Git For the Modern Data Scientist: 9 Git Concepts You Can’t Ignore | by Bex T.

[ad_1]

Explained with striking visuals

Introduction

Most data scientists feel like a fish out of water when it comes to Git. There are software engineers who talk about nothing but Git-things, and there are data scientists who say “Huh?” (I wish I could add a sound to this) every time.

That stops today! Since Git is an essential tool for collaboration, I will break down nine of the most critical Git concepts that data scientists must know like the back of their hand.

I can promise that you won’t be nodding your head in fake understanding the next time someone talks about Git or version control.

Let’s get started!

For the 1000th time…

You may have heard it a few hundred times already, but I will err on the side of caution and say it for the few hundred and first time:

Git is one of the most critical tools in developing ML and AI systems.
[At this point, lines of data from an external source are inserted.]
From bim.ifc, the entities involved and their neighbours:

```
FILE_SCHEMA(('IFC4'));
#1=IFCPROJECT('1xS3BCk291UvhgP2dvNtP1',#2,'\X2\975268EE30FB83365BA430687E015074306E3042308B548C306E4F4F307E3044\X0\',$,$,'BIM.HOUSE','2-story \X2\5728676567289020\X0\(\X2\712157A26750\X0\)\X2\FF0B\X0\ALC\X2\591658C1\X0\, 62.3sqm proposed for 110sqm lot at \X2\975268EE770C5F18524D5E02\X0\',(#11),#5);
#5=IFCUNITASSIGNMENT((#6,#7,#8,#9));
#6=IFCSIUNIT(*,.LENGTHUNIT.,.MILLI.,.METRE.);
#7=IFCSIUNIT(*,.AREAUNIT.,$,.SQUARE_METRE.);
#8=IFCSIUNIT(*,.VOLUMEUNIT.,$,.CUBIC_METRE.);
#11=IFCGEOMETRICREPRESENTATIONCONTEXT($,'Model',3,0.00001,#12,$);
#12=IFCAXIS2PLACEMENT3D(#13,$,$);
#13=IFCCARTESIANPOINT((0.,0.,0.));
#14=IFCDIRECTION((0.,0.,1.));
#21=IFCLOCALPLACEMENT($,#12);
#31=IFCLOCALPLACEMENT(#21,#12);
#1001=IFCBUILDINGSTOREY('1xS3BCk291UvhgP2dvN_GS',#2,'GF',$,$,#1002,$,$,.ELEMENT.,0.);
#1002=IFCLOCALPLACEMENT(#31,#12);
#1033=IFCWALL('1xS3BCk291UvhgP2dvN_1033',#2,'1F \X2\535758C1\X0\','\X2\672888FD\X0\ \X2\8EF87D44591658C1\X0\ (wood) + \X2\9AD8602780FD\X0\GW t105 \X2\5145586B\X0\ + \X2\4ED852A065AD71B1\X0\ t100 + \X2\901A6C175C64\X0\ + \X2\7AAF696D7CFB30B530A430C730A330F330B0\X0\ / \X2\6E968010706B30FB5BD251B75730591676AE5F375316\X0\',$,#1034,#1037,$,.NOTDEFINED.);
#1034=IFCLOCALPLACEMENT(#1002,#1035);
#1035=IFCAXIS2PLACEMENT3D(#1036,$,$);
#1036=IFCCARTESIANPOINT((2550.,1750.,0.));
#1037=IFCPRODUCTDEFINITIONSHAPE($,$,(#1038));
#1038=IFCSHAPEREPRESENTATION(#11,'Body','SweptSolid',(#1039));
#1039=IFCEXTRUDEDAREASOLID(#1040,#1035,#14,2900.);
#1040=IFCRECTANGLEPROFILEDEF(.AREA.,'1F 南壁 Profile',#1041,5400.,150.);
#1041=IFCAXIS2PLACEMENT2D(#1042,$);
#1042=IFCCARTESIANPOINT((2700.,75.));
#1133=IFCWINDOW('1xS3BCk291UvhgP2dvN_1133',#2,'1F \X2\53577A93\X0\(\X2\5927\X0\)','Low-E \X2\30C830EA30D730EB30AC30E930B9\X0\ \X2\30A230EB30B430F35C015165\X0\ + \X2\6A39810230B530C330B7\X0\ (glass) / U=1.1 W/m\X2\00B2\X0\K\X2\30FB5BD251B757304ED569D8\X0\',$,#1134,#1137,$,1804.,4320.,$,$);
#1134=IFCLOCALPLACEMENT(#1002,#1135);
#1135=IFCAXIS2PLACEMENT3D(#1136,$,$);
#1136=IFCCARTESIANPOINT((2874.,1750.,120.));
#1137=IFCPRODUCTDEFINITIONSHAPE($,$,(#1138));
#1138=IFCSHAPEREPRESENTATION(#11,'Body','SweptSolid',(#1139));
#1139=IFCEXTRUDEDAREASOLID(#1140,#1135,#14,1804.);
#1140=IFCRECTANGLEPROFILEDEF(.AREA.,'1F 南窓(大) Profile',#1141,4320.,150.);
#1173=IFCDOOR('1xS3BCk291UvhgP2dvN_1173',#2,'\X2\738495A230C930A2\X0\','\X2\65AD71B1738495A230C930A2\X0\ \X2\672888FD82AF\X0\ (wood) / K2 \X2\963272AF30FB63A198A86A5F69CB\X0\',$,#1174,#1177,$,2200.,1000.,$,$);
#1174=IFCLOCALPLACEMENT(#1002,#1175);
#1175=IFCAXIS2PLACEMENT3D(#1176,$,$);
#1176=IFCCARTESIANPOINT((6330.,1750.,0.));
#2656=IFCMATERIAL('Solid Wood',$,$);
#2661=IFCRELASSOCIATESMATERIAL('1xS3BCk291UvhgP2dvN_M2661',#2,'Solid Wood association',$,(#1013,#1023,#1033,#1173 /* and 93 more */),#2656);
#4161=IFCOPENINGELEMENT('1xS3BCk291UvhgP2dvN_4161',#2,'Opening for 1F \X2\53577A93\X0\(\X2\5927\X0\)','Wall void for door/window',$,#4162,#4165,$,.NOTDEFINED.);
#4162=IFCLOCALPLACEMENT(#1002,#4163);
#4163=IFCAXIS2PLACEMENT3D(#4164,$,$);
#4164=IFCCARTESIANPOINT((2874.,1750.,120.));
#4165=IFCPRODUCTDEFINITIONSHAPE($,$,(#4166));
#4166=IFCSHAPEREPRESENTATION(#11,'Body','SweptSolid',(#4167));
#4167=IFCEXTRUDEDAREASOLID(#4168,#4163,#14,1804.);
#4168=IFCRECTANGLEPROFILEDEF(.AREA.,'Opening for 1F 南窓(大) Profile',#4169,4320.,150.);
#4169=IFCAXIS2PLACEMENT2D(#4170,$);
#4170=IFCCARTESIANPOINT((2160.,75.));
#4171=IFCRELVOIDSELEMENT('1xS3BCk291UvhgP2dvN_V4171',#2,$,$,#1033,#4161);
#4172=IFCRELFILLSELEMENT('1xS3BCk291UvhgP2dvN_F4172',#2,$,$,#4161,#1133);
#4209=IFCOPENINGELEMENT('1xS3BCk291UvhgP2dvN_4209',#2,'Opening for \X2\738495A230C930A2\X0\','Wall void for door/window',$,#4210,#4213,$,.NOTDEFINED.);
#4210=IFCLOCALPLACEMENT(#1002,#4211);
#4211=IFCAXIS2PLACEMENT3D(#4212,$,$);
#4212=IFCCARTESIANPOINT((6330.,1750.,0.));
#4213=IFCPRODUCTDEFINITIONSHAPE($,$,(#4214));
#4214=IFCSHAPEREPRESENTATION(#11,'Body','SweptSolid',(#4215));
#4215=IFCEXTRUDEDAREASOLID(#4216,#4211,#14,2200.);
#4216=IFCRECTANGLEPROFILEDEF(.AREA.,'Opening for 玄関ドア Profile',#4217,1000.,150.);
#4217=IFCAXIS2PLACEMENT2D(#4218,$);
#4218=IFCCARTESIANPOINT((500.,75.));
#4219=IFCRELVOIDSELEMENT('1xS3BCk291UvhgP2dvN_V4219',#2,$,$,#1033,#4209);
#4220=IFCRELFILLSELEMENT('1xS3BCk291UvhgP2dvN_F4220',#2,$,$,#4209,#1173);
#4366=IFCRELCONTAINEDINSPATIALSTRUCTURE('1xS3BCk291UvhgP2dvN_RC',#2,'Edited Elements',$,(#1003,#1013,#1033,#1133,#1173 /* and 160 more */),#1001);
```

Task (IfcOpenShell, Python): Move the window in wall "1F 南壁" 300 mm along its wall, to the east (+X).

```python
import ifcopenshell
import ifcopenshell.api.geometry
import ifcopenshell.util.placement
import ifcopenshell.util.unit

model = ifcopenshell.open("bim.ifc")
unit_scale = ifcopenshell.util.unit.calculate_unit_scale(model)

window = model.by_id(1133)
opening = window.FillsVoids[0].RelatingOpeningElement
wall = opening.VoidsElements[0].RelatingBuildingElement

wall_matrix = ifcopenshell.util.placement.get_local_placement(wall.ObjectPlacement)
shift = wall_matrix[:3, 0] * 0.3 / unit_scale
before = ifcopenshell.util.placement.get_local_placement(window.ObjectPlacement)[:3, 3].copy()

# The window is not placed relative to its opening, so move both.
for product in (opening, window):
    matrix = ifcopenshell.util.placement.get_local_placement(product.ObjectPlacement)
    matrix[:3, 3] += shift
    ifcopenshell.api.geometry.edit_object_placement(model, product=product, matrix=matrix, is_si=False)

after = ifcopenshell.util.placement.get_local_placement(window.ObjectPlacement)[:3, 3]
print("window moved by", (after - before).round(3) + 0.0)

model.write("bim_v2.ifc")
```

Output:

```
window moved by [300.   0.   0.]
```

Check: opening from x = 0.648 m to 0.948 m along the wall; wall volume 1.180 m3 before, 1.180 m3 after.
If your idea of a machine learning or data science project involves models cooked up in notebooks with creatively named files such as “notebook1”, “notebook2”, “notebook_final”, and “notebook_final_final”, then don’t bother with Git.

However, if you aim to deploy models that others can use without migraines, Git is a relatively small price to pay.

Git allows you to keep track of changes to your code and data, collaborate with others, and maintain a history of your project. With Git, you can easily revert to a previous version of your work, compare different versions, and merge changes made by multiple contributors.

Moreover, Git easily integrates with other popular MLOps tools like DVC for data version control, making it an essential tool for data scientists.

0. Repository

Basically, a repository is this:

It is a folder on your machine. It can have no files, three files, or a hundred. The only thing needed to convert that folder into a Git repository is to call git init inside it.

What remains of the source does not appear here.